North from the village, the line crosses Afon Croesor on a low slate-built bridge then continues along the bottom of Cwm Croesor. The valley floor here is nearly level and the line travels almost straight to the north east. Apart from a shallow cutting near Croesor Uchaf farm, this section of the tramway has no significant engineering features. This section terminates at Blaen y Cwm. Here the tramway crosses Afon Croesor once more, again on a low slate bridge. Immediately on the left is Blaen y Cwm power station, a very early hydro-electric turbine, used to provide power to Croesor Quarry 600 ft above. This is also the foot of the Blaen y Cwm incline which rises 300 ft up the end wall of the valley.

=== North of Blaen y Cwm ===

From the top of the Blaen y Cwm incline the line turns sharply eastward and takes on a different character. It runs across the end of the valley, on well-built embankments and through cuttings, following the contours. About 1/2 mi from the head of the incline it crosses a tributary of the Afon Croesor on a high bridge; the bridge was restored in the 1990s. Shortly afterwards the line curves to the north and reaches its upper terminus under the cliffs of Bwlch y Rhosydd. Here two extremely long inclines rise, one north to reach the Rhosydd Tramway and one east to reach Croesor Quarry.

=== Branches ===
A large number of branches from the tramway served the quarries of Cwm Croesor. The first of these branched off at the foot of the Lower Parc incline and served the Parc Slate Quarry, a significant source of traffic for the tramway. The branch ran along the east bank of the Afon Maesgwym and rose by a substantial incline to the quarry. The next branch was just south of Croesor village and served the separate Parc Slate and Slab Quarry. This branch curved away on the eastern side of the tramway and reached the quarry by a short incline.

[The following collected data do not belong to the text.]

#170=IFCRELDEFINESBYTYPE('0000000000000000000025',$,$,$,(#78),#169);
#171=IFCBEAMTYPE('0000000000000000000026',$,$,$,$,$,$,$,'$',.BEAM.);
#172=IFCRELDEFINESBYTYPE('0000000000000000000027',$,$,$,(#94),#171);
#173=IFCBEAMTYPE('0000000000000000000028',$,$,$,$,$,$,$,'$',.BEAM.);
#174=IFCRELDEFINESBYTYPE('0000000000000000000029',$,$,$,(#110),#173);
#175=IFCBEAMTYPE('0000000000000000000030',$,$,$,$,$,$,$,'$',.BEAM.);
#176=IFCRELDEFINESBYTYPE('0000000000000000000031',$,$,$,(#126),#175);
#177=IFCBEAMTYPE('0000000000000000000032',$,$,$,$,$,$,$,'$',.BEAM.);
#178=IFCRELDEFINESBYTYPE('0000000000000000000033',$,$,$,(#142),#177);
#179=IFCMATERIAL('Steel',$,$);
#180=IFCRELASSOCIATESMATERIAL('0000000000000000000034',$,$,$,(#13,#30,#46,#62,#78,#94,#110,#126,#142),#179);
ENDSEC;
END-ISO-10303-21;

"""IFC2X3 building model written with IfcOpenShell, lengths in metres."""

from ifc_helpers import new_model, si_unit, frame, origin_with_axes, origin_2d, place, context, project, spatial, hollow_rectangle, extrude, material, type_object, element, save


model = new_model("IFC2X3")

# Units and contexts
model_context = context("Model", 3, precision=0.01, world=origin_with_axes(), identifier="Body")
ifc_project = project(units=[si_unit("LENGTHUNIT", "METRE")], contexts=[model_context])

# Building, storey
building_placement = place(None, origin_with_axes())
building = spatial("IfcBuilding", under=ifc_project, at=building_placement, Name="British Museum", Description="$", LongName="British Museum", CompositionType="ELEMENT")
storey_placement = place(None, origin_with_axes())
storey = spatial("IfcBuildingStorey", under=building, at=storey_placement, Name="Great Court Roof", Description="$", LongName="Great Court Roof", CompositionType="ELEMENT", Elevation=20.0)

Halfway between Croesor village and the foot of the Blaen y Cwm incline, another incline branched off to the east. This incline climbed directly up the side of the valley. At the head of the incline, two tramways ran north and south along the contour line of the hill. The northern line ran via a further incline to Pant Mawr Quarry, which lies at the head of Cwm Maesgwyn. The connection to Pant Mawr was short lived, being dismantled between 1891 and 1901. It was replaced by the line heading south, which went to Fron-Boeth Quarry which was also within Cwm Maesgwyn, and about 1 mi south-west of Pant Mawr. The tramway to Fron-Boeth went through a long tunnel beneath the Braich-Parc ridge that separates Cwm Croesor and Cwm Maesgwyn. A further incline and tramway connected Fron-Boeth to a mill and adit that served the former Pant Mawr mine. This line was still in use in the 1920s.

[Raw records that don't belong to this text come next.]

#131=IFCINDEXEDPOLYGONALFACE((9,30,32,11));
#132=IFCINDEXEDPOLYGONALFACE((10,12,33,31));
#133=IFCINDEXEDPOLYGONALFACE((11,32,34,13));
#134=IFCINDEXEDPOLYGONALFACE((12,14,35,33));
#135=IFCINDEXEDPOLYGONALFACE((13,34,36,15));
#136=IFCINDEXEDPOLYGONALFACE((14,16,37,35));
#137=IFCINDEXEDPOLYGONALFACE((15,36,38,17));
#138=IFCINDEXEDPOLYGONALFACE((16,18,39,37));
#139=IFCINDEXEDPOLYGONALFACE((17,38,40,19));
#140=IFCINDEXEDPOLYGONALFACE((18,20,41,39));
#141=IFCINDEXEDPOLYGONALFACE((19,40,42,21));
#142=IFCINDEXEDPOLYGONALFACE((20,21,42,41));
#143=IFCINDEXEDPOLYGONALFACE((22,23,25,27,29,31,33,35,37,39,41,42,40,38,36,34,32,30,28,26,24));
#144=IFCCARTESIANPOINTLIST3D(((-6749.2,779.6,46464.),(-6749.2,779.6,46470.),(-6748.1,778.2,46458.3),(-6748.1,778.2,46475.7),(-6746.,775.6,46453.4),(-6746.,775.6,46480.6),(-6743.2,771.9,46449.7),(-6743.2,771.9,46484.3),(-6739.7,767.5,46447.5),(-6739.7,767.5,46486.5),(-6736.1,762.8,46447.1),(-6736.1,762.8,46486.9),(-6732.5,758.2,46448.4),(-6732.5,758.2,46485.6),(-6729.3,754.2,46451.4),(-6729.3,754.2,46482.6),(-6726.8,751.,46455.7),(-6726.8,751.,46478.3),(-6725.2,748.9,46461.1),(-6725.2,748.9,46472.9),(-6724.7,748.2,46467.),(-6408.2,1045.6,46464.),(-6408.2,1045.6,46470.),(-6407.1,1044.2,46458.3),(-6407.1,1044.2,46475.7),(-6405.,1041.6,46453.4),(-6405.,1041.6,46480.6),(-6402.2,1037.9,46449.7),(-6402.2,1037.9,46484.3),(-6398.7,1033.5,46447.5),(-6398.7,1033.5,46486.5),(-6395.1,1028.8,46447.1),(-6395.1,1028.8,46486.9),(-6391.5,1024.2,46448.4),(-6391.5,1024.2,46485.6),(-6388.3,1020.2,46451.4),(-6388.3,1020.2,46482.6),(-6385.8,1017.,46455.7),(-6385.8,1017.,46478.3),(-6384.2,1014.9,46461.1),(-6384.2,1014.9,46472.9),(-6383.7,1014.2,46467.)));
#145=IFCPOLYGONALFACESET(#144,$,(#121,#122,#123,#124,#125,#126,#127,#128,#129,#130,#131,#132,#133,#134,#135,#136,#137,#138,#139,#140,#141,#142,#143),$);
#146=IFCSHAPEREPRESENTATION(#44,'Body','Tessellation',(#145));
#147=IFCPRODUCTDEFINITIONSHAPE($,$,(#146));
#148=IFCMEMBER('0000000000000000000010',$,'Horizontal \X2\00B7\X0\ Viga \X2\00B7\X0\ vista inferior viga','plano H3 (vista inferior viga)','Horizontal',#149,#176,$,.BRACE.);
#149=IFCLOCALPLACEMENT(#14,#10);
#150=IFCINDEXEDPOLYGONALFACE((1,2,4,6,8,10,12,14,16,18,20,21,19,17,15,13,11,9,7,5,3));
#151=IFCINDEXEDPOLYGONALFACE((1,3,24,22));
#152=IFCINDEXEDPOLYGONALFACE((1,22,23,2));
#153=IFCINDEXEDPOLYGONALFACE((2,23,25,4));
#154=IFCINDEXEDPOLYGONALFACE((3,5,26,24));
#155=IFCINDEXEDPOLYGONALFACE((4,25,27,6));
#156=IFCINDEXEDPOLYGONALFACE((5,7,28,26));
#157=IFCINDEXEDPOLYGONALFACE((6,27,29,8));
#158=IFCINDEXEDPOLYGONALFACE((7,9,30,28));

The final pair of branches ran from the northern terminus of the tramway proper. Two immense inclines began here, one climbing 700 ft directly eastwards to Croesor Quarry, the other heading nearly north and rising 750 ft to connect to a high tramway to Rhosydd Quarry. This latter incline formed a parabolic curve and at its head climbed at 1 in 0.97, one of the steepest inclines in Wales. From the head of the incline, the Rhosydd Tramway ran about 1 mi to the mill level. This tramway was particularly well engineered, running for much of its distance on high embankments hundreds of feet above Cwm Croesor.

== Post closure ==
After the demise of the original Welsh Highland Railway, the stub of the tramway from Croesor village to the foot of the Blaen y Cwm incline continued in use to carry agricultural products for local farms, until the late 1950s. The rails from this section were recovered some time in the 1960s by members of the Welsh Highland Railway preservation society and were stored at the site of Beddgelert station.

The section from Croesor Junction to the slate quarries will probably never re-open as the quarries have long since closed. However the part of the Croesor tramway that ran from Croesor Junction to Porthmadog has been rebuilt as part of the resurrection of the Welsh Highland Railway from Caernarfon to Porthmadog. The section between Croesor Junction and opened in May 2010. The section from Pont Croesor to Porthmadog reopened on 8 January 2011, whereby it linked up with the Ffestiniog Railway to allow through trains to Blaenau Ffestiniog railway station via the Porthmadog cross town link.